◆ **Exercise details**: If a line in the data below holds the word "IFCRECTANGLEPROFILEDEF", copy it.

Input material START

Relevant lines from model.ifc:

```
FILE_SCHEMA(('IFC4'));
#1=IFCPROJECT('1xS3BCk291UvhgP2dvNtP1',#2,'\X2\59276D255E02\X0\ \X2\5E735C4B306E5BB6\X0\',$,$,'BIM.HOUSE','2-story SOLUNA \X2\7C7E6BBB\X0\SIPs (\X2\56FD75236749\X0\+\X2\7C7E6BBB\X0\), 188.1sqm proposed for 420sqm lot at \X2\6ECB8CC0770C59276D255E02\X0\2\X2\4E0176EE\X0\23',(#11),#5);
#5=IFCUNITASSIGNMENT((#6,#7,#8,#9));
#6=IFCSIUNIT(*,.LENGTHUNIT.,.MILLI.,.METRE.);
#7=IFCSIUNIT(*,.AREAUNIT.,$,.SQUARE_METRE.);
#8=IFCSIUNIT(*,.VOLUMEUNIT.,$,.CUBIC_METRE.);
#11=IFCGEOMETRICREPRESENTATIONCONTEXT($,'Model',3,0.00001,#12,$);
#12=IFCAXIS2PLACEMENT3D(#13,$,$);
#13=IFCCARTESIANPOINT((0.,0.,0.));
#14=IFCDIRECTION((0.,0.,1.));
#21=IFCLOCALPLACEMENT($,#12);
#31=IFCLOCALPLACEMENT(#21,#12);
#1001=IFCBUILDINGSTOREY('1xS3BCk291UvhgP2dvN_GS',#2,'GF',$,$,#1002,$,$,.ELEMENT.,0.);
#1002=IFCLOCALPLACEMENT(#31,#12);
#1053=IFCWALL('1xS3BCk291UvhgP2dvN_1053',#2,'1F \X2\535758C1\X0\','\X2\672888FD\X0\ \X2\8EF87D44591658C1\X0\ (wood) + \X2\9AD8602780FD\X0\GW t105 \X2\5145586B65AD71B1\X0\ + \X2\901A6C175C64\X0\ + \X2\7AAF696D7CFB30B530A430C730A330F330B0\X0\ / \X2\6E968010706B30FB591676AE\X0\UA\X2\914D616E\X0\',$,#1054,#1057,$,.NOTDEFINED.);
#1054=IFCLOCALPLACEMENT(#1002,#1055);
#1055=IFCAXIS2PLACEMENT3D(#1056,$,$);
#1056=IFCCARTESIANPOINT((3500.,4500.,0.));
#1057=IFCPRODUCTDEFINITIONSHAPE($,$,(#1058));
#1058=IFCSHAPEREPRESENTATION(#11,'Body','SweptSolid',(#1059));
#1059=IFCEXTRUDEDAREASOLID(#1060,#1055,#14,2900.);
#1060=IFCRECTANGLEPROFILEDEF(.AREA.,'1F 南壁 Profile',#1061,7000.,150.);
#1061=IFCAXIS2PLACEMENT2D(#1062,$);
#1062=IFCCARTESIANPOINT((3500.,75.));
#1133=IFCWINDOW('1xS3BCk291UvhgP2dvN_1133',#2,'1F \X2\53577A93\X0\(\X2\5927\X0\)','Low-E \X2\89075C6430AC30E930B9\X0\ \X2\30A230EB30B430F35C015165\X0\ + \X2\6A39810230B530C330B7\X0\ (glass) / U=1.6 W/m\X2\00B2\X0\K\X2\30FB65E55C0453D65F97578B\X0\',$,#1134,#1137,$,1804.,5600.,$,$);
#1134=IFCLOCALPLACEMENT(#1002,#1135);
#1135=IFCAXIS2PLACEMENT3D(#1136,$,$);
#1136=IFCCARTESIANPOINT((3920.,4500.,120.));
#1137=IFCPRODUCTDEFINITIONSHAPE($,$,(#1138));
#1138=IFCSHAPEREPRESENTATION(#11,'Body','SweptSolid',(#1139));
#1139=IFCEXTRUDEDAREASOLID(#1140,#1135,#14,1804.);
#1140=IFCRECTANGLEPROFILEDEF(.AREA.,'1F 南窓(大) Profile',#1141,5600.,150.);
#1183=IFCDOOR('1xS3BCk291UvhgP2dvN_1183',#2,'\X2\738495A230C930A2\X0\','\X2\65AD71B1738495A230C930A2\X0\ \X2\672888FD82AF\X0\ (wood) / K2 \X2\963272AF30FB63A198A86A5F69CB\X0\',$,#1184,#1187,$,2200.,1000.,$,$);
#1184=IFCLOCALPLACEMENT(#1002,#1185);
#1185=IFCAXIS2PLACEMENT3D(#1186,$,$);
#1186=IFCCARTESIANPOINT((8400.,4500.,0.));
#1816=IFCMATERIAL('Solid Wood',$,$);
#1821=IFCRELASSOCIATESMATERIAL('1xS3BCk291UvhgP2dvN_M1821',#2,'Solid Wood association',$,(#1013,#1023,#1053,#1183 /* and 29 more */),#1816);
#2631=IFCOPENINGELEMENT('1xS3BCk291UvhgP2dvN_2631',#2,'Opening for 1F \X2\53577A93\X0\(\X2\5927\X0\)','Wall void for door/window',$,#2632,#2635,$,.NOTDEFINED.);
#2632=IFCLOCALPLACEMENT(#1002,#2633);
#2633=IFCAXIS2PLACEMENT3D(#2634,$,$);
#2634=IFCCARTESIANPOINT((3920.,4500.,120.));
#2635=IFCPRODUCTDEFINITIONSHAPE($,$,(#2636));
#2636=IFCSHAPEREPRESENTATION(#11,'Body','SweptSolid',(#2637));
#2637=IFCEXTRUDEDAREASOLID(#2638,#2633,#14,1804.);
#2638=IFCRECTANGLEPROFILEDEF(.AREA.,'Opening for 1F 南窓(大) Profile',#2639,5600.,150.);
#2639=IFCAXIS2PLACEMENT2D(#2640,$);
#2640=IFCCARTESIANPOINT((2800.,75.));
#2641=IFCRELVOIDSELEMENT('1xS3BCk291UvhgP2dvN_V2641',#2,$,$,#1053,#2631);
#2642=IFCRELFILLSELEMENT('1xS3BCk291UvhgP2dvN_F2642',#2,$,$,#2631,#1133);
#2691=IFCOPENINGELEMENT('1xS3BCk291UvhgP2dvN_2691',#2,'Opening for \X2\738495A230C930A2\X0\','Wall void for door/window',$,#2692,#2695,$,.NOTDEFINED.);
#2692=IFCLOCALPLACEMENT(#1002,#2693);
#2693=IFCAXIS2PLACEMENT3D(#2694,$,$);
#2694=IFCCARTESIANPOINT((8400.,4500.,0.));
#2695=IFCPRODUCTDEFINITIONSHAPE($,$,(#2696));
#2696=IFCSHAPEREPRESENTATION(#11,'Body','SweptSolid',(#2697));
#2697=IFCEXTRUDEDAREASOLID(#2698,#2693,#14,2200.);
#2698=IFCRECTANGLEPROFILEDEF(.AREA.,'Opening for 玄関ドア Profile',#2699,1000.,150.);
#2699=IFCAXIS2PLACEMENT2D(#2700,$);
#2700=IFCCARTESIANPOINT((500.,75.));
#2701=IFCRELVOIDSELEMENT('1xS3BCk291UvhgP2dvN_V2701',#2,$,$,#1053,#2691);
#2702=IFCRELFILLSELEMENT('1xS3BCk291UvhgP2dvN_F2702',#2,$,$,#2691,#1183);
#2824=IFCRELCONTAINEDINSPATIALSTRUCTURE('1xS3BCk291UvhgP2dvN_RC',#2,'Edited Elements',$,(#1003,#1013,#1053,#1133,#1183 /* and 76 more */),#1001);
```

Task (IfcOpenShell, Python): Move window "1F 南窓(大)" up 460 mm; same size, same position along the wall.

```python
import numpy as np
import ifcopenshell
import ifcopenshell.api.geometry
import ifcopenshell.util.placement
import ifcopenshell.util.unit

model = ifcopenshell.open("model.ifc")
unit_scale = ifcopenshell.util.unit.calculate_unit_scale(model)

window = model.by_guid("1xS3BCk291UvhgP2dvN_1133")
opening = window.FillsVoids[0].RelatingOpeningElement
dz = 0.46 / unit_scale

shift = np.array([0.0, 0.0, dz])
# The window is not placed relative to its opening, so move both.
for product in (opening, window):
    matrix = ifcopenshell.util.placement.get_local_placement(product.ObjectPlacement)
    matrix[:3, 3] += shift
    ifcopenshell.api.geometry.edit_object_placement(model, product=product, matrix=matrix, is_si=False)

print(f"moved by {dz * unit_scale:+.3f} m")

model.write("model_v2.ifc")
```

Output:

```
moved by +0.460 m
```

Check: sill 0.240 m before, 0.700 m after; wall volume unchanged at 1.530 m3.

Input material END

◆ **Solution below**:
#1060=IFCRECTANGLEPROFILEDEF(.AREA.,'1F 南壁 Profile',#1061,7000.,150.);
#1140=IFCRECTANGLEPROFILEDEF(.AREA.,'1F 南窓(大) Profile',#1141,5600.,150.);
#2638=IFCRECTANGLEPROFILEDEF(.AREA.,'Opening for 1F 南窓(大) Profile',#2639,5600.,150.);
#2698=IFCRECTANGLEPROFILEDEF(.AREA.,'Opening for 玄関ドア Profile',#2699,1000.,150.);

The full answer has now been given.